The marine invertebrates, including shrimp, have developed an immune innate system based mainly in phagocytosis and generation of antimicrobial peptides and reactive oxygen species (ROS) (21). Because ROS, in their majority superoxide anions, can also affect the host tissues; invertebrates counterattack their effect by producing diverse compounds, including SOD enzymes, catalase and glutathione peroxidase (22). The activity of SOD has been referenced as a parameter to evaluate the potential of the immune system in some shrimp species (23,24).

This study has demonstrated that in the L. vannamei juveniles treated with the homeopathic treatments TH3 and TH4, the SOD enzyme activity increased significantly at 70 h post-infection with V. parahaemolyticus with respect to the control group. Whereas shrimp treated with TH1 and TH2, their response was similar to that of the control group. Treatment TH3 included the formulation of the medication Passival ^® , used in human medicine as tranquiliser to reduce stress and improve sleep besides the mixture Heel-Mix, which included medication used for enzymatic disorder, infectious diseases and stimulation of organism defence. Treatment TH4 is a homeopathic medication whose active principle is the venom of the Rhopalurus junceus scorpion, an endemic species to Cuba. Anti-tumour properties have been attributed to this medicine shown through some preclinical toxicity studies (25) on tumour cells of epithelial origin (26) and an immunomodulatory effect that increases production of white cells and interleukins (27).

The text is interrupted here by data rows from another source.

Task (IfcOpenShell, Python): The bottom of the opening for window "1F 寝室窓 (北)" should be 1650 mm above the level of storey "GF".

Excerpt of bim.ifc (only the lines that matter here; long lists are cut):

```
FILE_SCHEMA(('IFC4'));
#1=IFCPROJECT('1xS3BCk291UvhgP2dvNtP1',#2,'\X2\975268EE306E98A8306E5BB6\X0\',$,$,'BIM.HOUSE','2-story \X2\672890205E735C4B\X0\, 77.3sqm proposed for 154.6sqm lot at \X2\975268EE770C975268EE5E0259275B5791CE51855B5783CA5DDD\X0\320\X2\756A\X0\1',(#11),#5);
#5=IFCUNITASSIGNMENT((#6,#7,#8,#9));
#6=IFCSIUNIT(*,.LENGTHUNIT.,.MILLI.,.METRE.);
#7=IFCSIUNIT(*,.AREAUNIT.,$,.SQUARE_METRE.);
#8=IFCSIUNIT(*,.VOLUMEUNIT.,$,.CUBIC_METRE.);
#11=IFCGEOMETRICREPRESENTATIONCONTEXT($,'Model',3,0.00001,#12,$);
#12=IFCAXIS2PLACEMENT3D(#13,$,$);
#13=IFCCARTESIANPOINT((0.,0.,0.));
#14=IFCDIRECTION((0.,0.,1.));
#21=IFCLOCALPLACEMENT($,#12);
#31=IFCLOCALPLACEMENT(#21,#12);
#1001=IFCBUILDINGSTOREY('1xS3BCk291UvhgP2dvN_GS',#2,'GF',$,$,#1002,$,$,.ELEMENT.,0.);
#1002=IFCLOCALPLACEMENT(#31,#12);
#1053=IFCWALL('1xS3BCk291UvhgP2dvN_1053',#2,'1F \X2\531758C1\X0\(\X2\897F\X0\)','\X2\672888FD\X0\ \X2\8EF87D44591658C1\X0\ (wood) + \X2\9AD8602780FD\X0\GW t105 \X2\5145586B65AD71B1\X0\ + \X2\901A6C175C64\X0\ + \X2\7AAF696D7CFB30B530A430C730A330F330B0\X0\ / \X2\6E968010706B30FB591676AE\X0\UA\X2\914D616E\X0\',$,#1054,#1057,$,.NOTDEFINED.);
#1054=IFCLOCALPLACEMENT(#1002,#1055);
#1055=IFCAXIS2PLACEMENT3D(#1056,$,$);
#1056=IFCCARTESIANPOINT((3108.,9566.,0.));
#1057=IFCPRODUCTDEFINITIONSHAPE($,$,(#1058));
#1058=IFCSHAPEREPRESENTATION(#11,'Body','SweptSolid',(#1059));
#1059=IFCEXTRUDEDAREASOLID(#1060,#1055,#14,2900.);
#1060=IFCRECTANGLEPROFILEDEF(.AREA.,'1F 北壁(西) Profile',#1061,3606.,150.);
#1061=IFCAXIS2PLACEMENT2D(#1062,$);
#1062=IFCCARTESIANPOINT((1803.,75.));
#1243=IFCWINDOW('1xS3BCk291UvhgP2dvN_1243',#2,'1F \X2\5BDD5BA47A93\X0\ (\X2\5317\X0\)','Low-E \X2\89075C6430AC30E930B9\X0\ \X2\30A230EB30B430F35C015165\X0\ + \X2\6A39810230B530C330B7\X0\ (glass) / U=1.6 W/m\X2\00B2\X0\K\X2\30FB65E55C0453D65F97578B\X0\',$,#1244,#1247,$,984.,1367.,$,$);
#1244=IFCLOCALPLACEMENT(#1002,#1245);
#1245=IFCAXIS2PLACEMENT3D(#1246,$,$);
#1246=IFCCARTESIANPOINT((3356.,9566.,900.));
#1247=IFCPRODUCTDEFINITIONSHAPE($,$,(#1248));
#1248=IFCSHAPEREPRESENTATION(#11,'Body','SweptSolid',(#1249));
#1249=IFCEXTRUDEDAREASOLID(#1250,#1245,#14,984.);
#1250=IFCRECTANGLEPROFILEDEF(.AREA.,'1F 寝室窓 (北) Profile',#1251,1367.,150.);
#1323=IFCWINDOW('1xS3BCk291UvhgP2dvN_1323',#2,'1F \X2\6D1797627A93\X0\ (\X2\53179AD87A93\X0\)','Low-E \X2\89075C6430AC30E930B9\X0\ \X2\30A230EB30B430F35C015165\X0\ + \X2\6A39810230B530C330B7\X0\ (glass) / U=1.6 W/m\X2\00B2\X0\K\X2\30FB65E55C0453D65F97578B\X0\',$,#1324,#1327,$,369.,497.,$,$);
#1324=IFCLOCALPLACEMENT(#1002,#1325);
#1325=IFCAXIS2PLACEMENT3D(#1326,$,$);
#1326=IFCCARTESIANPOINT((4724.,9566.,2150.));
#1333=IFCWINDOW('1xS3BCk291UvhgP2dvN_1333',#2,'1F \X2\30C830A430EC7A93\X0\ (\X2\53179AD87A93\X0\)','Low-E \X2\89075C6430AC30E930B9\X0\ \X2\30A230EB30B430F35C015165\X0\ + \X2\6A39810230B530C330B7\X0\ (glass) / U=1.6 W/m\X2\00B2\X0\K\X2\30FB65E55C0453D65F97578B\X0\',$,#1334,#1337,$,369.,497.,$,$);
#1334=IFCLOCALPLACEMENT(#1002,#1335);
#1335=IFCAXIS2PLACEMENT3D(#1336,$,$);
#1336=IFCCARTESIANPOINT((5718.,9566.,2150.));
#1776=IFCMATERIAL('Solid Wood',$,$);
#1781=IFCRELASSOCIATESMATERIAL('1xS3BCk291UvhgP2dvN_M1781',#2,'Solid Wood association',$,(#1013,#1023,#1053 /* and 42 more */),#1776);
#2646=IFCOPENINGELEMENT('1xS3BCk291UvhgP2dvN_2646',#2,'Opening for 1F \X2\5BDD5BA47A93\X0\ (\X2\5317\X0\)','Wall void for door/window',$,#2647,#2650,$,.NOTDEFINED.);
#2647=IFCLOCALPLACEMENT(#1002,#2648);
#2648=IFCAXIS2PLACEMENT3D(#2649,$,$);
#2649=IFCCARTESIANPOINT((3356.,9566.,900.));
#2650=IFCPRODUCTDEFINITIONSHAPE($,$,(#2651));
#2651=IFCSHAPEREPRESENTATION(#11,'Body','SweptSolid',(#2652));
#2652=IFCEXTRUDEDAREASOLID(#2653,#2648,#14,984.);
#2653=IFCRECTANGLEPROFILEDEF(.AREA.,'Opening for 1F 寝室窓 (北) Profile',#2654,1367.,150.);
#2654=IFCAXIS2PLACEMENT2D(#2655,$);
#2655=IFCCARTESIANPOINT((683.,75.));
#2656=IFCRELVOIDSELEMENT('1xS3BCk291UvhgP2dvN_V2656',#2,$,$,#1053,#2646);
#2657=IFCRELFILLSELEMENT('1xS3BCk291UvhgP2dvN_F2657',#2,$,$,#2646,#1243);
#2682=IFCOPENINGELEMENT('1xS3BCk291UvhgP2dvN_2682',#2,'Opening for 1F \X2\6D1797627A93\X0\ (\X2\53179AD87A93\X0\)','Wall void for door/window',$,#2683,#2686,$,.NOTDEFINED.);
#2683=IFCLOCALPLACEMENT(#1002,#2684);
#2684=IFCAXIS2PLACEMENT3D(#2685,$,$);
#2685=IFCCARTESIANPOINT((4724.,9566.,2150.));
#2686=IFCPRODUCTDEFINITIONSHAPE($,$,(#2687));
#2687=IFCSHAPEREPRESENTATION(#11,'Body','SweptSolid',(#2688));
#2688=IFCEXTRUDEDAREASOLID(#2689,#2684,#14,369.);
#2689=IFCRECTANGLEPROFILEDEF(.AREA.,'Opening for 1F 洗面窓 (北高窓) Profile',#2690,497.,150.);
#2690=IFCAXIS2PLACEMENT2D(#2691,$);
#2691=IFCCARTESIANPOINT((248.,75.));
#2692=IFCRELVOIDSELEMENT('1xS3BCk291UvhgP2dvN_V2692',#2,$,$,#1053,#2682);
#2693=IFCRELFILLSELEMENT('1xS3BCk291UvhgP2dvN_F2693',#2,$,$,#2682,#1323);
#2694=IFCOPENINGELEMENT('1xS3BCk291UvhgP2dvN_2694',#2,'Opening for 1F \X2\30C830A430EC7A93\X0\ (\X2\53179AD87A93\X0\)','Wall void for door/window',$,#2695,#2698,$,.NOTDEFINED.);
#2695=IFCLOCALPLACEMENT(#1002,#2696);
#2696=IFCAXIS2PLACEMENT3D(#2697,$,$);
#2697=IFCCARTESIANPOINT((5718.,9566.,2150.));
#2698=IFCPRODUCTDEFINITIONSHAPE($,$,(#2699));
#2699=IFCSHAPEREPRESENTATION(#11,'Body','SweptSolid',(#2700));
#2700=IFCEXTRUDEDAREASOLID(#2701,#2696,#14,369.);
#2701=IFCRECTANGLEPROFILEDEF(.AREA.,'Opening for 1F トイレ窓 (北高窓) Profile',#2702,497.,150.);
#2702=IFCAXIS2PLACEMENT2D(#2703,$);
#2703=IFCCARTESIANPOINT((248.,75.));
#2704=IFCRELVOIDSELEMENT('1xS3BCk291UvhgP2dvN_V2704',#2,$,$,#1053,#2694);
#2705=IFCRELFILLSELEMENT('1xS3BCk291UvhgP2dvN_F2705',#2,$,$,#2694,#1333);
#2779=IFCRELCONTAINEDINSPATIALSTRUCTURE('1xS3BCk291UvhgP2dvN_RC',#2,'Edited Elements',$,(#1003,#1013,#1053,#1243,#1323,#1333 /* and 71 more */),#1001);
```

```python
import numpy as np
import ifcopenshell
import ifcopenshell.api.geometry
import ifcopenshell.geom
import ifcopenshell.util.element
import ifcopenshell.util.placement
import ifcopenshell.util.shape
import ifcopenshell.util.unit

model = ifcopenshell.open("bim.ifc")
unit_scale = ifcopenshell.util.unit.calculate_unit_scale(model)

window = model.by_guid("1xS3BCk291UvhgP2dvN_1243")
opening = window.FillsVoids[0].RelatingOpeningElement
storey = ifcopenshell.util.element.get_container(window, ifc_class="IfcBuildingStorey")
level = ifcopenshell.util.placement.get_local_placement(storey.ObjectPlacement)[2, 3]

# The opening's origin need not be at the sill, so measure its lowest point.
shape = ifcopenshell.geom.create_shape(ifcopenshell.geom.settings(), opening)
bottom = ifcopenshell.util.shape.get_shape_bottom_elevation(shape, shape.geometry) / unit_scale
dz = level + 1.65 / unit_scale - bottom

shift = np.array([0.0, 0.0, dz])
# The window is not placed relative to its opening, so move both.
for product in (opening, window):
    matrix = ifcopenshell.util.placement.get_local_placement(product.ObjectPlacement)
    matrix[:3, 3] += shift
    ifcopenshell.api.geometry.edit_object_placement(model, product=product, matrix=matrix, is_si=False)

print(f"moved by {dz * unit_scale:+.3f} m")

model.write("bim-out.ifc")
```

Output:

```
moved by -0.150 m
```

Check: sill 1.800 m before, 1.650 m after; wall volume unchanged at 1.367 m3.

The greatest survival recorded in animals that received treatments TH2, TH3 and TH4 after V. parahaemolyticus challenge indicated a protector effect, which shows that the homeopathic medications assessed could be an alternative tool for controlling bacterial diseases in shrimp farming. In relation to this study, the bacteria of the genus Vibrio are well known as pathogens of marine shrimp, so it is possible to assume that a greater survival of the shrimp treated with homeopathic medications is related to the stimulation of their immunological systems, and in consequence to a greater resistance to acute infectious diseases associated to this genus, for example, the early mortality syndrome or acute hepatopancreatic necrosis syndrome (EMS/AHNPS) (28,29).

In conclusion the homeopathic medicine included in the treatments TH3 and TH4, increased survival and immunity of the shrimp L. vannamei juveniles when infected with V. parahaemolyticus. These results contribute to the generation of new knowledge that helps to confirm that aquaculture homeopathy is a potential and eco-sustainable alternative facing the use and abuse of chemotherapeutic agents and antibiotics used to attack certain pathogens, including EMS/AHNPS increasing productivity in shrimp industry at world level.